Он вдруг раскатился громким, веселым хохотом, как в былые годы, как уж не хохотал давно.
Улыбнулась и княгиня, но сейчас же участливо заговорила:
— Я понимаю, ты опасаешься серьезного увлечения и… ну, там всего прочего…
— Конечно. Как слышно, это совсем пропащая девка… Не морщи, пожалуйста, своего носика. Если девка, как же ее назвать? Я еще позову докторов: пусть осмотрят хорошенько мальчика… Уж очень опасаюсь я… И так у нас в семье есть склонность к этой… золотухе… А тут… Черт подери… Ну, ну, молчу…
— Нет, говори, милый… Только не бранись… Будем надеяться, твоя острастка повлияла на бедного мальчика… Что-то с ним теперь? Я позову, утешу его.
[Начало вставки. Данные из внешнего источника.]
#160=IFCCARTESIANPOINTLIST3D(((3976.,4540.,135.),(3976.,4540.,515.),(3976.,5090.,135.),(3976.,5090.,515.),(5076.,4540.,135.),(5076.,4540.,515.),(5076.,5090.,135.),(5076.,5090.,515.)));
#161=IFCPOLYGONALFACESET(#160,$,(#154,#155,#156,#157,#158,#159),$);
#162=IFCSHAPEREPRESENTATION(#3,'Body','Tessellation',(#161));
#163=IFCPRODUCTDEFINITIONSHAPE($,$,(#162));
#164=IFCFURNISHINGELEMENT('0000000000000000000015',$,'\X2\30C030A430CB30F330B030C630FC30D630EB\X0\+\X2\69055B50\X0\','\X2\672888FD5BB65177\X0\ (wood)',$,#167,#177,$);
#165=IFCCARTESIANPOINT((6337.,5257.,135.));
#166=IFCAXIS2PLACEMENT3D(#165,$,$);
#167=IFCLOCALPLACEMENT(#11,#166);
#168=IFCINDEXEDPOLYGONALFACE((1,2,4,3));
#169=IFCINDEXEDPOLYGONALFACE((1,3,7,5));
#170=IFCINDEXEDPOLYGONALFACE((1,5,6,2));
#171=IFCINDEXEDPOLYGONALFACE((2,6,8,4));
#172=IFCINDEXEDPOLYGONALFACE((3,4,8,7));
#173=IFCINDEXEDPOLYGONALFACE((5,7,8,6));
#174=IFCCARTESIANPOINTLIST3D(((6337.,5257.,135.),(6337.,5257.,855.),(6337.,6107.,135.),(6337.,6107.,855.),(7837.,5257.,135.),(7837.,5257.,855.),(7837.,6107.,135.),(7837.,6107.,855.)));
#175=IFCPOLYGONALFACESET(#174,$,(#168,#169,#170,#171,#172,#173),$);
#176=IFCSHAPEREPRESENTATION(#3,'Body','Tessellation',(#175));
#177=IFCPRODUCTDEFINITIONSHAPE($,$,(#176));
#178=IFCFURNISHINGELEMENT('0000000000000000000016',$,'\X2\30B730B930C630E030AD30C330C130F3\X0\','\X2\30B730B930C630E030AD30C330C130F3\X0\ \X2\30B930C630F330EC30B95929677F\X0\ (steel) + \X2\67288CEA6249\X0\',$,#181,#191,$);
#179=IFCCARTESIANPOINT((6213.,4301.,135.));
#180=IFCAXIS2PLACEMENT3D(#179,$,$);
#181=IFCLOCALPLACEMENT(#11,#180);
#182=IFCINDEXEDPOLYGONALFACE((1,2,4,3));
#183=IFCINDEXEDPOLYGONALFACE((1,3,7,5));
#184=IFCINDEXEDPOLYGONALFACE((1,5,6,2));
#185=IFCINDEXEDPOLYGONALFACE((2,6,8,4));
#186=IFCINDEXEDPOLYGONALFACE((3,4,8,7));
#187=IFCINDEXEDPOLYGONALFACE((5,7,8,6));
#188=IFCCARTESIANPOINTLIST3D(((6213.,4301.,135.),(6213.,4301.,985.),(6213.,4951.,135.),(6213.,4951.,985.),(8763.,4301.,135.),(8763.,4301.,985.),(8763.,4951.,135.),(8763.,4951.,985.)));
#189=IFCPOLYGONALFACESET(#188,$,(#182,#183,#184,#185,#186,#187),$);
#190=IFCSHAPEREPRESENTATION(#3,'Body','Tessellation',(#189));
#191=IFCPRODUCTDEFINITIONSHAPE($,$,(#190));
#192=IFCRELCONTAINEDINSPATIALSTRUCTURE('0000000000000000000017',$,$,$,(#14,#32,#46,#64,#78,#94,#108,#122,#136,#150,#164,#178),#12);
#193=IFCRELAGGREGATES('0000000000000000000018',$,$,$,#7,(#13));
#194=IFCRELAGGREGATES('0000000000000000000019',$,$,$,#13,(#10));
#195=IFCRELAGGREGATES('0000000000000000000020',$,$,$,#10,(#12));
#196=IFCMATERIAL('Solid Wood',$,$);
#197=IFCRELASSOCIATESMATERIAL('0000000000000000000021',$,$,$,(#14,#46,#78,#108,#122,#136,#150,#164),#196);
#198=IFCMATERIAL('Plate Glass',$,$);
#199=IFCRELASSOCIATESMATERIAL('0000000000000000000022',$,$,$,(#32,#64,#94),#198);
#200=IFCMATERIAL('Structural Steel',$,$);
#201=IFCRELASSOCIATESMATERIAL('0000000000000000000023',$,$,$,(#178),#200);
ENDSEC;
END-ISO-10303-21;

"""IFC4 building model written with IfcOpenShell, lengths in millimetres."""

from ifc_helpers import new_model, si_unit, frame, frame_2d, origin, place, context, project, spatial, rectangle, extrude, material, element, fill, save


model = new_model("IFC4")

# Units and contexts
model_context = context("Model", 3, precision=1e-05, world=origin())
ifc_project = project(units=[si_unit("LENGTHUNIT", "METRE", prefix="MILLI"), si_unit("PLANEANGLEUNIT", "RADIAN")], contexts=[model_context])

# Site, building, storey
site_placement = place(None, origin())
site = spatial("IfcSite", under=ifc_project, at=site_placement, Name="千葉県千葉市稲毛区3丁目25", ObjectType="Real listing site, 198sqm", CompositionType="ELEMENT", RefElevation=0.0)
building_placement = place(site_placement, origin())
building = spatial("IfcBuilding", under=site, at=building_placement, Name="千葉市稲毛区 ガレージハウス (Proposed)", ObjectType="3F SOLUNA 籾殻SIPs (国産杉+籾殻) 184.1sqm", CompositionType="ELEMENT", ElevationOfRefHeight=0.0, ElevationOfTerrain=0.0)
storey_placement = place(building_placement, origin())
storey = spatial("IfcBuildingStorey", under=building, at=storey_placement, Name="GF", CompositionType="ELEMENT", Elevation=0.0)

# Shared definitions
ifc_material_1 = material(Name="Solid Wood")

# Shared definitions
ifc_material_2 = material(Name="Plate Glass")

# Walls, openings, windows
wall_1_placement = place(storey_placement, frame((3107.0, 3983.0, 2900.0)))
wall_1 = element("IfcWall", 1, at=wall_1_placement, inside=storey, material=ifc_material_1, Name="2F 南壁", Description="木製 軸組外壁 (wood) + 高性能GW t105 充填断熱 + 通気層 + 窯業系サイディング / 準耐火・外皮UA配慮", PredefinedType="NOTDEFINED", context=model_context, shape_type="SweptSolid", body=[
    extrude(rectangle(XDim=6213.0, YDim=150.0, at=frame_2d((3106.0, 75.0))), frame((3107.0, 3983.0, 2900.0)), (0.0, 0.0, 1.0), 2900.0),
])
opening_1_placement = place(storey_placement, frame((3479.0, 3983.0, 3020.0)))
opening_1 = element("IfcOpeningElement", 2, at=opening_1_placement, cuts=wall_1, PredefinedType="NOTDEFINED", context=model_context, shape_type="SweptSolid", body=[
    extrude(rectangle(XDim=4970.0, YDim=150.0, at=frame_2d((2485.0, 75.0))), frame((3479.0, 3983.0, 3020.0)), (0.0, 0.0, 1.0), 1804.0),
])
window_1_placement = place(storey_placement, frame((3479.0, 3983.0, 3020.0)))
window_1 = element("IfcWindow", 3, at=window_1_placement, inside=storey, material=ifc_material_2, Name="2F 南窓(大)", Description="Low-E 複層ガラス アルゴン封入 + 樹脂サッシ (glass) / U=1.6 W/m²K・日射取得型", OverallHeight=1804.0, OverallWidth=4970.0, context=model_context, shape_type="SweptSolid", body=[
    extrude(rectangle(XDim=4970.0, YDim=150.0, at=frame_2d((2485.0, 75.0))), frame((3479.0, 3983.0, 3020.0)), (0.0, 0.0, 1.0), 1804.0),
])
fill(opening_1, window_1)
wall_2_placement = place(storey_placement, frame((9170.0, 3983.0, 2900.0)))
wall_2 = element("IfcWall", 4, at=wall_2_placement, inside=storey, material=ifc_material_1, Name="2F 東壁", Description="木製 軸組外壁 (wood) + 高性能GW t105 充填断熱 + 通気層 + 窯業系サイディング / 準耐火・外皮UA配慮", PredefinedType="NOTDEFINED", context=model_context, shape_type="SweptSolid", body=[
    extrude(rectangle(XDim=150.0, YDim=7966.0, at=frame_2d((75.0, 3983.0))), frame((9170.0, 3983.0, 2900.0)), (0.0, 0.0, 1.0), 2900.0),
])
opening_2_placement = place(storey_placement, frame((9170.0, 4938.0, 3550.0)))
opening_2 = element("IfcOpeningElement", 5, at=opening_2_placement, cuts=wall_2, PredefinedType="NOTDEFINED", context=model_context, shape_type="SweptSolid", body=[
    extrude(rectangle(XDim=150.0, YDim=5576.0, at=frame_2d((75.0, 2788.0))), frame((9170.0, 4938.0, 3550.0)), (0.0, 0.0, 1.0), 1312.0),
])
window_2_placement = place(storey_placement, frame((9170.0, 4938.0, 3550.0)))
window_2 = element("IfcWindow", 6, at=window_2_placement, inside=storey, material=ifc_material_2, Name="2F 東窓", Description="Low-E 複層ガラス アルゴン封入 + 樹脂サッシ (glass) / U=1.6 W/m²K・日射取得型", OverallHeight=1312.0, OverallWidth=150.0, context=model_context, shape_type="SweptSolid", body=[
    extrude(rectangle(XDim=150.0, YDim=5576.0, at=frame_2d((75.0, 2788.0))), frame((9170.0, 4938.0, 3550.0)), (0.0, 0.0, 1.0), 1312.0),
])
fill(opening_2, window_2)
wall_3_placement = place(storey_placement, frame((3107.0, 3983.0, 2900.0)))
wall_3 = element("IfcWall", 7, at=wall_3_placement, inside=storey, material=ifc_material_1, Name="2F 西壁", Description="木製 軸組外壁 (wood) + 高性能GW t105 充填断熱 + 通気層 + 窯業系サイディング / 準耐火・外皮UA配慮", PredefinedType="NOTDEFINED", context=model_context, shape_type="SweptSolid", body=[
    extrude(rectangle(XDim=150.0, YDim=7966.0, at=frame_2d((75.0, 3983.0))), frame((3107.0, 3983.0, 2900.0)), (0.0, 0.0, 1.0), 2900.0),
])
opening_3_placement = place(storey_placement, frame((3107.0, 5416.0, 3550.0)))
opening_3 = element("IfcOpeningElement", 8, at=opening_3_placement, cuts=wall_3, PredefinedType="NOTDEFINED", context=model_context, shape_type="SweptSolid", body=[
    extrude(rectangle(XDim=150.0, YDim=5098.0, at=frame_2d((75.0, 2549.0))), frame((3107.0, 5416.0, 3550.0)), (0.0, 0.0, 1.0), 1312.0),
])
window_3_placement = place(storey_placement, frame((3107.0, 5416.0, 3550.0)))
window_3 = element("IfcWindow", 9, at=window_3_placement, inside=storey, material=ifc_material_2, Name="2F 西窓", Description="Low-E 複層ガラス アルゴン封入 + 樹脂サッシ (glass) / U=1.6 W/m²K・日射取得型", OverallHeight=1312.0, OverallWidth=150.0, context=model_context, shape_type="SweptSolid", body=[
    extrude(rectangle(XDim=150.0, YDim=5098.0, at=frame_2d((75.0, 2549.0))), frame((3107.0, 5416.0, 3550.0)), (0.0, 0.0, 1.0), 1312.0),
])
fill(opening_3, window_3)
— Ни-ни! И думать не смей! Он под арестом… Хлеб и вода на целую неделю… А потом — опять за науку… Обезьяна этакая…
— Ах, Константин, что ты выдумал, милый… Это слишком… Как тебе не жаль? Он такой милый… Прости его… Прошу тебя…
— Нет… нет… надо проучить… Надо…
— Неужели ты так жесток? Право, довольно и того, что он перенес. Он так боится… и любит тебя… я знаю…
— Любит?.. Да, это правда — он любит. Я сегодня убедился… Ну, посмотрим!..
Мориоль и Курута, призванные на совет цесаревичем, так же горячо стали просить за Поля…
На другой же день вместо хлеба и воды был узнику послан "по распоряжению княгини", как сообщили Полю, хороший обед…
А на третий день двадцатилетний кирасирский капитан с сияющим своим еще безусым лицом объявил Мориолю, когда наставник явился усладить заточение питомца:
— Сегодня мы будем обедать с папой, который мне все простил… И даже сегодня вечером я отправляюсь в театр…
Мориоль молча, с растроганным видом подошел, обнял и поцеловал своего "капитана".
…Конец марта 1829 года.
Шумно, дымно, накурено в небольшой квартирке пана Петра Высоцкого, подпоручика гренадерского полка, занимающего должность инструктора в пехотной школе подхорунжих.
Хозяин квартиры Высоцкий, темноволосый, с живыми глазами человек лет двадцати шести, худощавый, стройный, стоял в глубине обширной комнаты, служащей столовой, и гостиной, и залой. Тут же на диване, в качестве почетных гостей, поместились двое: каштелян Наквасский и ксендз Дембек, один из участников долголетнего процесса "сорока", только что вернувшийся на родину из Петербурга, из казематов Петропавловки. Бледный, с горящими глазами, нервный и порывистый, огненный весь какой-то, он составлял совершенную противоположность со своим соседом каштеляном, розовым, упитанным и благодушным на вид. Только холодный, упорный блеск зеленоватых, колючих каких-то глаз, сжатые крепко полные, но резко очерченные губы, словно топором обрубленный, четырехугольный подбородок заставляли не верить благодушному выражению этого розового, полного, холеного лица. Стоило сильнее затронуть этого всегда ласково улыбчивого чиновника, разозлить его чем-нибудь — и должен был проснуться сильный боец-захватчик, вместо старинных лат окутанный черными складками старомодного сюртука с высокой узкой талией.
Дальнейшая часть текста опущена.